I do have some questions about the rigging. Right now, it looks to have the orginal mainsheet rigging, which is mid boom sheeting with no boom vang. I'm going to get some photos this weekend of the rigging. I do plan on getting (or making) a vang, the one I had in mind was West marine's small boomvang, I was thinking about moving the mid boom sheeting out to the end so the line doesn't run against the side of the cabin as the boom is being let out. Is there any kind of problem with moving it that I should be aware of? Are there any how to's on making a simple boom vang? My sail also has a Cunningham Criggle and one row of reefing points but it doesn't look like there's anything on the mast or boom where I would secure the rigging for them, I've looked for photo's and searched the forums but didn't see any basic setups that I could adapt.

Moving forward, I only have one eye on the deck to run the jib sheets through before the winch and cleat. Looking through my books, it looks like I need some kind of fore / aft adjustment to get the proper sailshape for the jib. I've looked at adding some track, but I have no idea what kind of lengh would I need and where would I mount it? Any help would be great!!

Thanks

Rick


----------



## eherlihy (Jan 2, 2007)

Hey Rick,

Welcome aboard! You'll find a LOT of information/knowledge/opinions here (sometimes it's hadr to tell which is which). Just place an entry in the appropriate forum.


----------



## smackdaddy (Aug 13, 2008)

eherlihy said:


> Hey Rick,
> 
> Welcome aboard! You'll find a LOT of information/knowledge/opinions here (sometimes it's hadr to tell which is which). Just place an entry in the appropriate forum.


And don't forget outright lies, unfounded tripe, and smartassedness. I got that covered.


----------



## davidpm (Oct 22, 2007)

I did a quick google an found: Columbia T23 and Coronado 23 Mk II Literature
Might be good for you.


----------



## eherlihy (Jan 2, 2007)

smackdaddy said:


> And don't forget outright lies, unfounded tripe, and smartassedness. I got that covered.


You be the KING of the latter; but I do appreciate you & your contribution to SailNet!

And to the OP - If you stick around long enough, you'll learn who to listen to, who to ignore, and who to laugh at!


----------



## Ajax_MD (Nov 24, 2009)

'Bout time we got another Coronado owner on here!


----------



## fordo (Jul 3, 2006)

Before you start doing alot of work moving things around, sail the boat for a while and make changes after you see a real need to do so. See if you really need a vang; is the mid boom sheeting really a problem? After I sailed my "new" boat for a season the priority for my upgrade list changed alot.

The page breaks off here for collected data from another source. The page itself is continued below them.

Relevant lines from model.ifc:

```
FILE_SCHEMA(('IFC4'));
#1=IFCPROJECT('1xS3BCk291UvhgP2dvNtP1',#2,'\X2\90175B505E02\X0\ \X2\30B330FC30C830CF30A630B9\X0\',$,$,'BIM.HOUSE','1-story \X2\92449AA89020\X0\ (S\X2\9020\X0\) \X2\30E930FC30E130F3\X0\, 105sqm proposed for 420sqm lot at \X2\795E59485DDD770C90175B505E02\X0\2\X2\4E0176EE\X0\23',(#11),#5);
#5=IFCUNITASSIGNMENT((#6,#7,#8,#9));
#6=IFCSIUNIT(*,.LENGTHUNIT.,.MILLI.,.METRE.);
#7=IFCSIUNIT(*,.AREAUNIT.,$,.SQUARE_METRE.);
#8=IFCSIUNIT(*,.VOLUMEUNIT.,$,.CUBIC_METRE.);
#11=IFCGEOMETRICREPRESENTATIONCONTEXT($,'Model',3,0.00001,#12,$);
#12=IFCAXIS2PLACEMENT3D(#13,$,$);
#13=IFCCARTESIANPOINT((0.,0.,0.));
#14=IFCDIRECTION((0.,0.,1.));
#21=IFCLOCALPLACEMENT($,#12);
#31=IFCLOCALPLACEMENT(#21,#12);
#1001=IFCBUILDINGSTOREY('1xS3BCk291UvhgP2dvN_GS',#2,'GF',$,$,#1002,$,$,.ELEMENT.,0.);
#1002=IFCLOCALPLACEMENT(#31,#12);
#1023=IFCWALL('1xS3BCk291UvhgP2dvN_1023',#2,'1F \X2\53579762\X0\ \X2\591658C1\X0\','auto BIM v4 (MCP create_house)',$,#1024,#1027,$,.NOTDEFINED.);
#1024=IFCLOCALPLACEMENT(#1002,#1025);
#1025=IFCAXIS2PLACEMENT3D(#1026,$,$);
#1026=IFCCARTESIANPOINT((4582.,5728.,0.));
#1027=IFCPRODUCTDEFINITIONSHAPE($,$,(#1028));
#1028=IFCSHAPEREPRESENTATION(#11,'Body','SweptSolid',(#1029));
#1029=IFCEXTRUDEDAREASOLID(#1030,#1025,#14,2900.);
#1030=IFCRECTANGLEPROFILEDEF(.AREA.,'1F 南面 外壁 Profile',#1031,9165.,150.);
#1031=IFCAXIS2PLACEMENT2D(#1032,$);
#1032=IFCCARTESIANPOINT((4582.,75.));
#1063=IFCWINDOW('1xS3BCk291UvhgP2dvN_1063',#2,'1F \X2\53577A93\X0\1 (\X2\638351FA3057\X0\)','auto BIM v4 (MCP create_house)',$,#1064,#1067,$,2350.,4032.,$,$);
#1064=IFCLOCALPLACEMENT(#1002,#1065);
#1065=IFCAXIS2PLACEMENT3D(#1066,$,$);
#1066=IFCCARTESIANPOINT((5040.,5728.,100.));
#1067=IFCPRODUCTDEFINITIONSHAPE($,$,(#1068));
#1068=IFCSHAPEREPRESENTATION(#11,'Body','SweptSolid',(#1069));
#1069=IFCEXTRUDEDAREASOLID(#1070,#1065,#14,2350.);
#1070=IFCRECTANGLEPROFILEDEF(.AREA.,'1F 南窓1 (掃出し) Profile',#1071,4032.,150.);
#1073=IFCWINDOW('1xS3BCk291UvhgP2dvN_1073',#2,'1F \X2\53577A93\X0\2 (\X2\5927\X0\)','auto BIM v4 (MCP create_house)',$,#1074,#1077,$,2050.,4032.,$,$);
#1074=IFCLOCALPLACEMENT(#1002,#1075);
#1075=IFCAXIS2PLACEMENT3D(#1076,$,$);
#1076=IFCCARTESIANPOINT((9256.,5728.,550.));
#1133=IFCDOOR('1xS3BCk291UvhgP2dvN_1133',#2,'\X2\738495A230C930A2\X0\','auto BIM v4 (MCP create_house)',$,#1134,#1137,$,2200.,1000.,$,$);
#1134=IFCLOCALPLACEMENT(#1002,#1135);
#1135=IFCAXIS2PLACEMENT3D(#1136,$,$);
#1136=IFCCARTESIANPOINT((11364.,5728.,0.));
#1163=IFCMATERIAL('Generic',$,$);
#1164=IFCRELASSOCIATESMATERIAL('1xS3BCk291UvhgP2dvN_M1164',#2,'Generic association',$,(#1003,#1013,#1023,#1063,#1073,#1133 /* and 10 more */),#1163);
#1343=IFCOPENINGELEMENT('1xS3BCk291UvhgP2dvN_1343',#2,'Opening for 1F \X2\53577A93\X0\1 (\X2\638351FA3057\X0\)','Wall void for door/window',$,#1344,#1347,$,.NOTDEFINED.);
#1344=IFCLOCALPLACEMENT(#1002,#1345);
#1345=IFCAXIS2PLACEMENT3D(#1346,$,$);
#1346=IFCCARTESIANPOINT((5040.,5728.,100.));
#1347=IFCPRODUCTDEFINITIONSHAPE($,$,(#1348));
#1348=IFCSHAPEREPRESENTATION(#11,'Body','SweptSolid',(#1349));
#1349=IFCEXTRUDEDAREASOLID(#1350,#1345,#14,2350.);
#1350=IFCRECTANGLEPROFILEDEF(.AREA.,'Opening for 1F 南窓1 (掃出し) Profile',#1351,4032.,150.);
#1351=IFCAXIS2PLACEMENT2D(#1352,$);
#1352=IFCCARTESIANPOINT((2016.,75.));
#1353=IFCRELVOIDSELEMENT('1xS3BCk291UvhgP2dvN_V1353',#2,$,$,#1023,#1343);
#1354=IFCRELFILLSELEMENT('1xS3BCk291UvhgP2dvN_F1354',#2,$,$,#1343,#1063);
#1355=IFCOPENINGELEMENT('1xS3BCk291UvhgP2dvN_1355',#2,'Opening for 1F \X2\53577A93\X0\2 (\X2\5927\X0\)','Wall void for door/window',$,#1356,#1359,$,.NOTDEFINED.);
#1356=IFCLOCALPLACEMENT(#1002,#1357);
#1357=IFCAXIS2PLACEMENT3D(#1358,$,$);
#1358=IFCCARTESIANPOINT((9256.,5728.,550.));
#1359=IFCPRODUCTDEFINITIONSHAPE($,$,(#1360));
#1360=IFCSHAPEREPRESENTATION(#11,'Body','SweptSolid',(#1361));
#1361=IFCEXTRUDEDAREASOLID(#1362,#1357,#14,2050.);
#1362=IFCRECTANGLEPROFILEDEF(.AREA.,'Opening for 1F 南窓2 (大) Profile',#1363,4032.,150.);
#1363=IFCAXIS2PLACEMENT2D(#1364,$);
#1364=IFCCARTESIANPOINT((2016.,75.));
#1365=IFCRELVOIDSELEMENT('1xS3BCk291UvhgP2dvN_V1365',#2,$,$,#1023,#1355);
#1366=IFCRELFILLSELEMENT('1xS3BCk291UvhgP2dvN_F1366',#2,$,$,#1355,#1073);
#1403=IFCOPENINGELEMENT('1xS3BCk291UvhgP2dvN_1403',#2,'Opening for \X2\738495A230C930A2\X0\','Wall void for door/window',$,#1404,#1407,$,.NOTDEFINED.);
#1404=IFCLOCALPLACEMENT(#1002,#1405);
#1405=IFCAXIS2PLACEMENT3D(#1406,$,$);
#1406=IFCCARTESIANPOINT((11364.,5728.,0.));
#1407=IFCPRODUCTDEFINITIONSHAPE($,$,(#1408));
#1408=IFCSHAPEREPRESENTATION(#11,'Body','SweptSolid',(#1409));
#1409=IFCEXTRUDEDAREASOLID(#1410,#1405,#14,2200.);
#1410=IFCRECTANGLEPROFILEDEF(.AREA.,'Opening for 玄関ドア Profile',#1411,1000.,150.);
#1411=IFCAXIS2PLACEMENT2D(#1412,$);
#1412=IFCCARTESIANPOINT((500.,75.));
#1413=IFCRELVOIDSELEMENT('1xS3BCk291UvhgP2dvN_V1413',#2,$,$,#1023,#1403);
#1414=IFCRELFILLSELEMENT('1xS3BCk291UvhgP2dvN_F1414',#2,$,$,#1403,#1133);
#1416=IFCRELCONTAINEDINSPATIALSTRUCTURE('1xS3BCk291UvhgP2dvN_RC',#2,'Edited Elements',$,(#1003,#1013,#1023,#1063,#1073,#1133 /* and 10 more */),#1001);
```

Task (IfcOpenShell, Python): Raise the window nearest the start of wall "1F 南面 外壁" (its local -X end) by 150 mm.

```python
import numpy as np
import ifcopenshell
import ifcopenshell.api.geometry
import ifcopenshell.util.placement
import ifcopenshell.util.unit

model = ifcopenshell.open("model.ifc")
unit_scale = ifcopenshell.util.unit.calculate_unit_scale(model)

window = model.by_guid("1xS3BCk291UvhgP2dvN_1063")
opening = window.FillsVoids[0].RelatingOpeningElement
dz = 150.0

shift = np.array([0.0, 0.0, dz])
# The window is not placed relative to its opening, so move both.
for product in (opening, window):
    matrix = ifcopenshell.util.placement.get_local_placement(product.ObjectPlacement)
    matrix[:3, 3] += shift
    ifcopenshell.api.geometry.edit_object_placement(model, product=product, matrix=matrix, is_si=False)

print(f"moved by {dz * unit_scale:+.3f} m")

model.write("model_v2.ifc")
```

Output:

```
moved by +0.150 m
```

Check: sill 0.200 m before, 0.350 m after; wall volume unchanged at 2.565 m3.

One exception, if you sail more than a mile from the dock you should be able to reef your sail. Is there a reefing hook on the gooseneck and a cringle on the luff of the sail? You can use the reef points by running lines through them and tying them around the boom, before you invest in a new reefing system.

Take it slow and enjoy the sailing as you do the upgrades


----------



## bljones (Oct 13, 2008)

Check out the Small Craft Advisor review of the Coronado 23. Lots of good info.


----------



## thebee64 (Feb 17, 2010)

Thanks for the replies. I do plan on sailing her to really get a feel of what I want vs what I need. I sail in the puget sound, Whidbey island to be exact and I don't plan on going out for any real distance without having the proper systems in place, such as reefing.


----------